Admittedly, I haven't done the mileage in the TTS that I did in the TT but the average for the TT was between 30 and 35mpg with a best figure of 41.7mpg on a recent trip to Cornwall.

With the TTS I am getting about 27mpg although this is mainly short trips and I do expect it to improve.

Regards,

Graham


----------



## aquazi (Dec 24, 2014)

A pic from last yr i found on my phone..... After a long trip....


----------



## GT40Graham (Nov 16, 2013)

aquazi said:


> A pic from last yr i found on my phone..... After a long trip....


Pretty damn good


----------



## andyviv0_2 (Sep 15, 2009)

I have a 08 TTS stage 1 and i dont get anything like that, recent long trip to La Rochelle, mixed driving inc 80mph motorway on cruise i got 34mpg.
Does that sound about norm?


----------



## relic222 (Aug 24, 2012)

I'm averaging just over 30mpg over my ownership - that's a mix of town driving and longer journeys with plenty of 'exciting' moments. The best I've achieved is 38mpg but that was the most boring journey I've ever done so won't be attempting that again! On an average longer journey I tend to get around 32-34mpg.


----------



## Shug750S (Feb 6, 2012)

I did a run down to Swindon from S London at the weekend. A3 / M25 / M3 (at 70), some 'progressive' driving on the A232 (well nothing overtook me) up to the M4 (~80 ish).

Came back in slightly better time and averaged a tad under 40 mpg. for 175 mile return trip, backed up by a refill at the petrol stn at end of my road.
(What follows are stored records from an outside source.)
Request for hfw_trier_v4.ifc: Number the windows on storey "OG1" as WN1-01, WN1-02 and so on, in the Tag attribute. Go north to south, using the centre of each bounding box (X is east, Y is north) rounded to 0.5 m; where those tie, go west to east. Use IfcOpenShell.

First a look at what the model holds.

```python
import ifcopenshell
import ifcopenshell.util.element
import ifcopenshell.util.placement

model = ifcopenshell.open("hfw_trier_v4.ifc")
print(model.schema)
storey = next(s for s in model.by_type("IfcBuildingStorey") if s.Name == "OG1")
windows = [e for e in ifcopenshell.util.element.get_decomposition(storey) if e.is_a("IfcWindow")]
for e in sorted(windows, key=lambda e: e.id()):
    origin = ifcopenshell.util.placement.get_local_placement(e.ObjectPlacement)[:3, 3]
    print(e.id(), e.Tag, e.Name, origin.round(2) + 0.0, sep=" | ")
```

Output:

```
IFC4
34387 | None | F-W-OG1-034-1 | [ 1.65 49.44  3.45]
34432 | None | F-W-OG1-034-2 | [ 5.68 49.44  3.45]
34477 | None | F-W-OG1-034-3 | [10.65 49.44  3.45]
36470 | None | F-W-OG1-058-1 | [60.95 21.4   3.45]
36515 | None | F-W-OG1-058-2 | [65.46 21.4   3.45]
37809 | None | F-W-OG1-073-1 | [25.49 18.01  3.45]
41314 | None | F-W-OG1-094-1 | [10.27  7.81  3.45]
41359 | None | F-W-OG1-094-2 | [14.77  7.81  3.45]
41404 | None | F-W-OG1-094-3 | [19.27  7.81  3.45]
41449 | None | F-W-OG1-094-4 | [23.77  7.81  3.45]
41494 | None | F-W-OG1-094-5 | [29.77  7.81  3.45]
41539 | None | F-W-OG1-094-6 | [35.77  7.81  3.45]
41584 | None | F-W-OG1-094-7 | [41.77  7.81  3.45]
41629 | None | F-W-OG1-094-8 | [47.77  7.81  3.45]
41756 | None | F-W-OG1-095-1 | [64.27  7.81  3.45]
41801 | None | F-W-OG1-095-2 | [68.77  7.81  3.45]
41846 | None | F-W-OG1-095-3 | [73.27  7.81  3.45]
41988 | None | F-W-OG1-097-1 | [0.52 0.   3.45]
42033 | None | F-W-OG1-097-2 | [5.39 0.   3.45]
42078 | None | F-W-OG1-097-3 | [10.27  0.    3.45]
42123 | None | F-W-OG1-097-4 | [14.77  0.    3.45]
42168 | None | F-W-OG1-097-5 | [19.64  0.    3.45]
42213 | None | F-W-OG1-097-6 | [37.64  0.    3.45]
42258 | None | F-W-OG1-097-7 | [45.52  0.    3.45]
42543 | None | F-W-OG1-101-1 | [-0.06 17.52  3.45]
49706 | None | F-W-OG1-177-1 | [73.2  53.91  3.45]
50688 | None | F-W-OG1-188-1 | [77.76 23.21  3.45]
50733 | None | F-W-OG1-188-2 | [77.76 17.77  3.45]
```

```python
import ifcopenshell
import ifcopenshell.geom
import ifcopenshell.util.element
import ifcopenshell.util.shape

model = ifcopenshell.open("hfw_trier_v4.ifc")
settings = ifcopenshell.geom.settings()
settings.set("use-world-coords", True)


def centre(element):
    shape = ifcopenshell.geom.create_shape(settings, element)
    return ifcopenshell.util.shape.get_bbox_centroid(shape.geometry)


storey = next(s for s in model.by_type("IfcBuildingStorey") if s.Name == "OG1")
windows = [e for e in ifcopenshell.util.element.get_decomposition(storey) if e.is_a("IfcWindow")]

# Insertion points can sit at a corner or the storey origin, so sort by the geometry (in metres).
centres = {e: centre(e) for e in windows}
windows.sort(key=lambda e: (-round(centres[e][1] / 0.5), centres[e][0]))

for i, e in enumerate(windows, start=1):
    number = f"WN1-{i:02d}"
    e.Tag = number
    print(e.id(), number)

model.write("hfw_trier_v4_edited.ifc")
```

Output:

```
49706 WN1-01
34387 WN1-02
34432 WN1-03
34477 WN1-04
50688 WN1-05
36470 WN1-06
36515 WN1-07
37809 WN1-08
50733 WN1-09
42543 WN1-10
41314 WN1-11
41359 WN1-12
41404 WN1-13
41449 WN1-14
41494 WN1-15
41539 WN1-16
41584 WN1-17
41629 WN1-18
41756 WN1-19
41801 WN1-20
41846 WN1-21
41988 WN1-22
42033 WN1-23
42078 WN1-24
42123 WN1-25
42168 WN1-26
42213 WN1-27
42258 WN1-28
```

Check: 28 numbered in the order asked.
Filled up and range was showing at 430 miles...

Not bad Imo.


----------



## aquazi (Dec 24, 2014)

Well just for reference took a more recent pic from this morning.... Of my commute to work...

My car is stage 2 aswell.










Sent from my iPhone 6s using Tapatalk


----------



## aquazi (Dec 24, 2014)

And one more from this morning again.... So my morning commute is constantly over 40mpg according to the DIS (which i find it pretty accurate)










This morning the m42 had 50mph it... So it was pretty much 50mph for 20 of the 30 miles.

Sent from my iPhone 6s using Tapatalk


----------



## ldhxvs (Aug 18, 2016)

Thats great!!! I've not run my TTS in long enough to get an accurate reading, but I get 44mpg in my 1.8tdci focus lol. Did you say you where using premium fuel?


----------